Who: Republican presidential hopeful.

Pros: Give me a minute.

Nope, I've got nothin'.

Cons: Full name, Willard Mitt Romney, is an anagram for Malted Twirly Minor, Treadmill Nit Wormy, and Maimed Wintry Troll, none of which make sense and all of which are vaguely disturbing for reasons that are hard to pin down. Though he was an English major in college, has named L. Ron Hubbard's Battlefield Earth as his favorite novel (really!). The fact that now you can't get that image of John Travolta as a Psychlo out of your head. Unable to do what he's advertised to do (i.e.: lead country without making it even worse). Grudging conclusion that Maimed Wintry Troll isn't a bad name for band. But what kind of music? Emo? You hate emo, although you do admire Emo Phillips. Realize that you've wasted the whole afternoon Googling Emo Phillips to find out what he's doing lately. Discover that Emo most recently did a voice on the animated show Slacker Cats, which, sadly, sounds awful.


Winner: Tater Mitts. At least, if elected president, the worst it would do is leave potato preparation to old-fashioned peeler.

15 comments:

Anonymous said...

That settles it - I'm voting for Emo Phillips.

Grammarian@mindspring.com said...

Even though "Emo Phillips" is an anagram of "Hippie Molls"??!? I'd be careful if I were you.

Anonymous said...

tater mitts are cool, and have other uses.....if you're into that sort of thing...

Dave said...

Always keep a sharp paring knife in the drawer. That said, I once met Tater's, I mean Mitt's father when he was Michigan's Governor. Nice guy with silver hair.

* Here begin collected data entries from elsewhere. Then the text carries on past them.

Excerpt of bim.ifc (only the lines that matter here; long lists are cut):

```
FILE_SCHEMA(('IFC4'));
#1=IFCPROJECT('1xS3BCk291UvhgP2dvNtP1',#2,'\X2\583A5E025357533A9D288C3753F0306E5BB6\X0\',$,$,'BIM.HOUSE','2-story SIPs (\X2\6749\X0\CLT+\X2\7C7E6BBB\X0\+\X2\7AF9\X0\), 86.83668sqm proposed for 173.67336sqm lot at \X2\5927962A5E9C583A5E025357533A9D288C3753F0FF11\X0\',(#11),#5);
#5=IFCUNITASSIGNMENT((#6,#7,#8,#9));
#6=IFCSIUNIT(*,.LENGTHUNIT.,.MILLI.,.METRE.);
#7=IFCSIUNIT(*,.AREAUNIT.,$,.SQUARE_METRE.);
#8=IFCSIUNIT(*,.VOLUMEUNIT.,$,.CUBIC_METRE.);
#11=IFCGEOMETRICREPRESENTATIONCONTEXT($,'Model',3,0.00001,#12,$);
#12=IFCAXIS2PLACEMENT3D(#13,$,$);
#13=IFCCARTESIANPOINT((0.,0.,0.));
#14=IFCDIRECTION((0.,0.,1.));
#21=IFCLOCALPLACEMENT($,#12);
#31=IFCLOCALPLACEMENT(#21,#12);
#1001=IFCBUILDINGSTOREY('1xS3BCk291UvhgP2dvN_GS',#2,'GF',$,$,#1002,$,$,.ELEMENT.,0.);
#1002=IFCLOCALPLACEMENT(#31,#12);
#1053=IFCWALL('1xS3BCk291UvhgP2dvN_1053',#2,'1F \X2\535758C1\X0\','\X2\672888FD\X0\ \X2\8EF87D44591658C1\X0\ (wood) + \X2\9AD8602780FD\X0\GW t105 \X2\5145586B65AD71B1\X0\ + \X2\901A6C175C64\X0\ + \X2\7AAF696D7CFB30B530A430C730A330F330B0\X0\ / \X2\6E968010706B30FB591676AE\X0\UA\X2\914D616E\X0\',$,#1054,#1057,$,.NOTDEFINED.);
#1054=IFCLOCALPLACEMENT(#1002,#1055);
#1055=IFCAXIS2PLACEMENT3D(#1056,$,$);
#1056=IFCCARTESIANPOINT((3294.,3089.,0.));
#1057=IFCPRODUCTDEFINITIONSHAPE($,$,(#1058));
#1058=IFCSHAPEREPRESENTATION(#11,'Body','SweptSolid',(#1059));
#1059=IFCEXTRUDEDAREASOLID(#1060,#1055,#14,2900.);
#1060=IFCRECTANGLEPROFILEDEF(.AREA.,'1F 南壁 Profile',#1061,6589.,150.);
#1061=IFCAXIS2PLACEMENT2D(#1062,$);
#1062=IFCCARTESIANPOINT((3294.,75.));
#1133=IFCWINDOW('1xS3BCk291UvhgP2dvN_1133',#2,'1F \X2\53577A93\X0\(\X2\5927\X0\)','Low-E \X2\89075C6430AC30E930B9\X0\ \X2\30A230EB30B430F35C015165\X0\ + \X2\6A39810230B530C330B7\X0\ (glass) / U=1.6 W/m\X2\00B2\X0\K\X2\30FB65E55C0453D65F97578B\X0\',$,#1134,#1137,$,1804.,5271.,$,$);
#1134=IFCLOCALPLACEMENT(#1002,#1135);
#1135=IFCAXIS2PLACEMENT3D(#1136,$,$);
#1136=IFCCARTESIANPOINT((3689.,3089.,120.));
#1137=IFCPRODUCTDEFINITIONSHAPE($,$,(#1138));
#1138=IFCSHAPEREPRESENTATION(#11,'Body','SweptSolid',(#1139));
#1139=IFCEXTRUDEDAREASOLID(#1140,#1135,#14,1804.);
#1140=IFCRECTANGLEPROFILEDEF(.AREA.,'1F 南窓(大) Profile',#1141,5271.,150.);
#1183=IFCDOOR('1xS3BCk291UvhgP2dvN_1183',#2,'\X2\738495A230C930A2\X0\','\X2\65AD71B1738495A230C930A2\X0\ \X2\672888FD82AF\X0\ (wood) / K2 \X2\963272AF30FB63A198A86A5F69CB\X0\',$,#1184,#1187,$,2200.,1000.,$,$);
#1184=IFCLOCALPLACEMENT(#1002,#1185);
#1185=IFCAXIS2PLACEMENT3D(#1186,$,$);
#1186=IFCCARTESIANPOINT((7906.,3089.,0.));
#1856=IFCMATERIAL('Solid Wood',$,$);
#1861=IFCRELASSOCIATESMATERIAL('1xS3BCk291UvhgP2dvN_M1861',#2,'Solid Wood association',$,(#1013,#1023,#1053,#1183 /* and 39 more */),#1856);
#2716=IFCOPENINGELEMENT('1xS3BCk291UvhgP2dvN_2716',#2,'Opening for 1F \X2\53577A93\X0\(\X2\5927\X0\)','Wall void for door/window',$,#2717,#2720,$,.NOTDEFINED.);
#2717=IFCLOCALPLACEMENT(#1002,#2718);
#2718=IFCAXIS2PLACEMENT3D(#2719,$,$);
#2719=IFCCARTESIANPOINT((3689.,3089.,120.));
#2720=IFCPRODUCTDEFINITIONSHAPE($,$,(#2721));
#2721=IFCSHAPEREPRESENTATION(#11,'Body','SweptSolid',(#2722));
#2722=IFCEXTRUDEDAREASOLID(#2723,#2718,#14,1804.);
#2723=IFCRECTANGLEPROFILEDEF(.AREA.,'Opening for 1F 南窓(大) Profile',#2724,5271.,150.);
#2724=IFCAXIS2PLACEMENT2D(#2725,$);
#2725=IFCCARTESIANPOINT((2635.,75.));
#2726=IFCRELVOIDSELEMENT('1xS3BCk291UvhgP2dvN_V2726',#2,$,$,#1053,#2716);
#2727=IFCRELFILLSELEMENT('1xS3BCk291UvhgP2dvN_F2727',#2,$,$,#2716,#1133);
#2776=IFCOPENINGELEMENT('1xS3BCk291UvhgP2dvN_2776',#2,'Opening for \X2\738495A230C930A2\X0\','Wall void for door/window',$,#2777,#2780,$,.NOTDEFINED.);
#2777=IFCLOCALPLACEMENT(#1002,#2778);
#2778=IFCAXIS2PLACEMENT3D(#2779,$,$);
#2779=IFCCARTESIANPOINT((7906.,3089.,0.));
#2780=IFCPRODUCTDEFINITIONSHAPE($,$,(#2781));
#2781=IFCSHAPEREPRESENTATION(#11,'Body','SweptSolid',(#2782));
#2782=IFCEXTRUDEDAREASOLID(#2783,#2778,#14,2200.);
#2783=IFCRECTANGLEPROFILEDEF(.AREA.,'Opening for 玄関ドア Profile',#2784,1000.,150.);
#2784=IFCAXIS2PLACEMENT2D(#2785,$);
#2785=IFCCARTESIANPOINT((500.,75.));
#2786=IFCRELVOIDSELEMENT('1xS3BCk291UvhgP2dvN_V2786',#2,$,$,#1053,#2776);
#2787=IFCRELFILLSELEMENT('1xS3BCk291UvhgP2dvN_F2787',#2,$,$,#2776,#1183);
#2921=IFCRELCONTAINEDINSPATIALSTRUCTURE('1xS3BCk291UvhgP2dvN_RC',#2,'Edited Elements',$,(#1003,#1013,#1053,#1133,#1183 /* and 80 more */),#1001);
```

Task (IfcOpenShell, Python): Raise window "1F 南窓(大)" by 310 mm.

```python
import numpy as np
import ifcopenshell
import ifcopenshell.api.geometry
import ifcopenshell.util.placement
import ifcopenshell.util.unit

model = ifcopenshell.open("bim.ifc")
unit_scale = ifcopenshell.util.unit.calculate_unit_scale(model)

window = model.by_guid("1xS3BCk291UvhgP2dvN_1133")
opening = window.FillsVoids[0].RelatingOpeningElement
dz = 0.31 / unit_scale

shift = np.array([0.0, 0.0, dz])
# The window is not placed relative to its opening, so move both.
for product in (opening, window):
    matrix = ifcopenshell.util.placement.get_local_placement(product.ObjectPlacement)
    matrix[:3, 3] += shift
    ifcopenshell.api.geometry.edit_object_placement(model, product=product, matrix=matrix, is_si=False)

print(f"moved by {dz * unit_scale:+.3f} m")

model.write("bim-out.ifc")
```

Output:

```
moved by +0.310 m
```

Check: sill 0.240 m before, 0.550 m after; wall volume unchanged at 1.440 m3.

That's all I've got for a pro.

Qaro said...

I think that picture of John Travolta is still less scary than Edna Turnblad.

punkinsmom said...

Mitt's got a nice head of hair. Does that count as a "pro"?

Do you know any malted twirly minors? Perhaps Mitt does. Though, that would probably be a "con".

Anonymous said...

But you know who scares me more? Ron Paul and his horde of skinheads. (Hmm. Maybe they've been shaved by the Tater Mitt?)

fermicat said...

For the record, Tater Mitts has never flip flopped on anything except a potato.

Jim Donahue said...

Qaro has a point.

Anonymous said...

Not sure I see believing that Jesus walked the earth as a true con. You'll need more than that to convince the masses...A belief hurts no one. Not even you caped one.

Jim Donahue said...

Didn't say "earth"--I said North America. And I do find that belief deeply odd.

Anonymous said...

so then do you also find the belief that he walked on earth odd as well?

Jim Donahue said...

No, not at all.

My point: I think Romney is being disingenuous, at best. He's trying to play up the fact that he's religious while coyly deflecting questions on what his faith is.

(For that matter, do you know what he stands for at all--politically speaking? Certainly the platform on which he's running is not reflected in his political life up ti a couple of years ago.)

I don't think a candidate's faith is germane--unless he or she makes it an issue.

Anonymous said...

Agreed. I like you. I just linked your site...

Jim Donahue said...

Thanks! (And that's a cute kid you've got there.)